Support for Hong Kong crackdown by China sparks fury

Support for Hong Kong crackdown by China sparks fury: HSBC bears brunt of backlash

HSBC and other British firms are facing a backlash for supporting Chinese national security laws in Hong Kong that critics say erode the city’s freedoms. 

Banking groups HSBC and Standard Chartered and trading houses Swire and Jardine Matheson have publicly declared their backing for the draconian legislation. 

In a barbed comment directed at HSBC, leader of the House of Commons Jacob Rees-Mogg suggested the bank may be ‘more closely aligned to the Chinese government than Her Majesty’s Government’. 

Question of allegiance: Banking group HSBC has publicly declared its backing for the draconian legislation in Hong Kong

Founded in Hong Kong in 1865, HSBC has had a fractious relationship with the UK since moving its headquarters to London with the takeover of Midland Bank in 1993. 

Several times since then, it has been perceived to have dangled the threat of its relocation back to Hong Kong – which would mean the UK missing out on the £2billion of taxes it pays each year – in front of the Government in order to win concessions. 

Although HSBC has said all conversations about moving its headquarters out of London are off the table, its stance on Hong Kong could further sour relations with the UK. 

Boris Johnson this week condemned the Chinese legislation as ‘dramatically eroding the autonomy’ of Hong Kong. And in the House of Commons yesterday, Rees-Mogg said: ‘The behaviour of [HSBC] is of course a matter for that corporation, but it may be that it is more closely aligned to the Chinese government than Her Majesty’s Government.’ 

MPs and campaigners have lined up to criticise British companies for siding with Beijing. 
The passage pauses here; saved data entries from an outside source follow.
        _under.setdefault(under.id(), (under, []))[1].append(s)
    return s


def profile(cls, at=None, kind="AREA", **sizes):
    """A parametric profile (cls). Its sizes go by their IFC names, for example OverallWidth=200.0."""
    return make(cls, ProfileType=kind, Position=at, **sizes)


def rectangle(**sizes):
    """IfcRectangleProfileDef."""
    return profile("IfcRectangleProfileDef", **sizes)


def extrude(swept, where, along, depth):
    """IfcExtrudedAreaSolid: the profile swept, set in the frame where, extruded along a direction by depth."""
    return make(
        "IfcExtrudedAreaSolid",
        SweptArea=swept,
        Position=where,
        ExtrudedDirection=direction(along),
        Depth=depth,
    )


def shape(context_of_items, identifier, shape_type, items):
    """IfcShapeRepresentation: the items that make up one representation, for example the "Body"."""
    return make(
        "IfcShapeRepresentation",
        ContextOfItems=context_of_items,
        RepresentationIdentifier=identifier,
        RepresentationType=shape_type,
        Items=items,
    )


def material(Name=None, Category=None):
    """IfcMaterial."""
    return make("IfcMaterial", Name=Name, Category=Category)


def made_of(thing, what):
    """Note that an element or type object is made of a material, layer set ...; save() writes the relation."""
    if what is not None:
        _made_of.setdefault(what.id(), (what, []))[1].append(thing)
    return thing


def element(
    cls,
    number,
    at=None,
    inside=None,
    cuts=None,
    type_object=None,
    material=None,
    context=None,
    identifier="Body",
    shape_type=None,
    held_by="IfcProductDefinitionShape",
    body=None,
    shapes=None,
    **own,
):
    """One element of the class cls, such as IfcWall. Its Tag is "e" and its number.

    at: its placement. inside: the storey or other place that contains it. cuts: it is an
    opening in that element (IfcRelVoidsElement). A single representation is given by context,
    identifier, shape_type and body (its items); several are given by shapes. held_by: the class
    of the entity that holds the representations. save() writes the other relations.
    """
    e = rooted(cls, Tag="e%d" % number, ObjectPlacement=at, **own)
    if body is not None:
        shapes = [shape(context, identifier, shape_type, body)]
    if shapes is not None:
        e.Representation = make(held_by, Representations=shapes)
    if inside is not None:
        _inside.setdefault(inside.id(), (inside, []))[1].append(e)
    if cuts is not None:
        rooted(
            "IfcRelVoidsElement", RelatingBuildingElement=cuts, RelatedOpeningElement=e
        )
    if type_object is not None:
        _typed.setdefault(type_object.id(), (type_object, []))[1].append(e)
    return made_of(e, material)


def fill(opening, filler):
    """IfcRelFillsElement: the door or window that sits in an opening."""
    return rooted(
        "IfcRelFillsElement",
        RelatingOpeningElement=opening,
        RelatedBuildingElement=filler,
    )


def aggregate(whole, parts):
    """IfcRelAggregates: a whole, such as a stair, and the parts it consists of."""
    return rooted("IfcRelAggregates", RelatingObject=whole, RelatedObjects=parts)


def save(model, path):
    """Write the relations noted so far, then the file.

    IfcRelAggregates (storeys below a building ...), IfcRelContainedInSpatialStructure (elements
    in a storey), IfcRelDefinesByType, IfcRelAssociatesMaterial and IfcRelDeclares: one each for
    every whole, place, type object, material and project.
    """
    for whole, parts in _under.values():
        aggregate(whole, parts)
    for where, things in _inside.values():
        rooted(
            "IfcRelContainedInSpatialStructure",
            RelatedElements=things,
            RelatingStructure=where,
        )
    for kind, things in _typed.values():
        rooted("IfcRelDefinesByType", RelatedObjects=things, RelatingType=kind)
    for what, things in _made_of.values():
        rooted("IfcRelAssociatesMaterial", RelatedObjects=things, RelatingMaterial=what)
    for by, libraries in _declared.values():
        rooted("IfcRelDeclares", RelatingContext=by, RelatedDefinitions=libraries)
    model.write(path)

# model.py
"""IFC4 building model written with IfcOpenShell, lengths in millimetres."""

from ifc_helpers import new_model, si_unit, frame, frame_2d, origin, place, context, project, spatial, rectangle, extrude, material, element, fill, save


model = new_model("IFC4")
Tory MP Tom Tugendhat, chairman of the Commons foreign affairs committee, said: ‘I wonder why HSBC and [Standard Chartered] are choosing to back an authoritarian state’s repression of liberties and undermining of the rule of law?’ 

Labour peer Lord Adonis said: ‘Utterly disgraceful action by HSBC, apparently supporting Xi Jinping’s suppression of Hong Kong. I intend to take this up with the chairman and chief executive of HSBC in London. And with HSBC’s major shareholders.’ Tory MP Neil O’Brien said: ‘If you bank with HSBC you are with a bank that is backing Beijing’s repressive new security laws, designed to snuff out freedom in Hong Kong,’ adding that: ‘Other banks are available.’ 

Matthew Henderson, Asia Studies director at foreign policy think tank, the Henry Jackson Society, said: ‘It is disappointing that an international institution that — throughout its existence — has benefited from Hong Kong’s freedoms and opportunities, now feels obliged to collaborate with forces that are bent on the destruction of those same freedoms.

Firms’ support for the Beijing-backed legislation puts them at odds with the Government, which has offered almost 3m Hong Kong citizens visas to the UK so they can escape the national security laws, seen by many as the most serious threat to the ‘one country, two systems’ agreement that has insulated Hong Kong from Beijing interference since Britain returned the territory to Chinese sovereignty in 1997. 

But both HSBC and Standard Chartered said they were supporting the law, which will drastically broaden China’s power over the territory, in order to help retain economic stability in Hong Kong and ensure its recovery from the Covid-19 pandemic. 

Experts said the banks did not want to lose access to Asia, where they make a large portion of revenue, by angering the region’s superpower of Beijing. 

HSBC said: ‘We respect and support laws and regulations that will enable [Hong Kong] to recover and rebuild the economy and, at the same time, maintain the principle of ‘one country two systems’.’ 

Standard Chartered believes ‘the national security law can help maintain the long-term economic and social stability of Hong Kong. 

‘The ‘one country, two systems’ principle is core to the future success of Hong Kong and has always been the bedrock of the business community’s confidence’.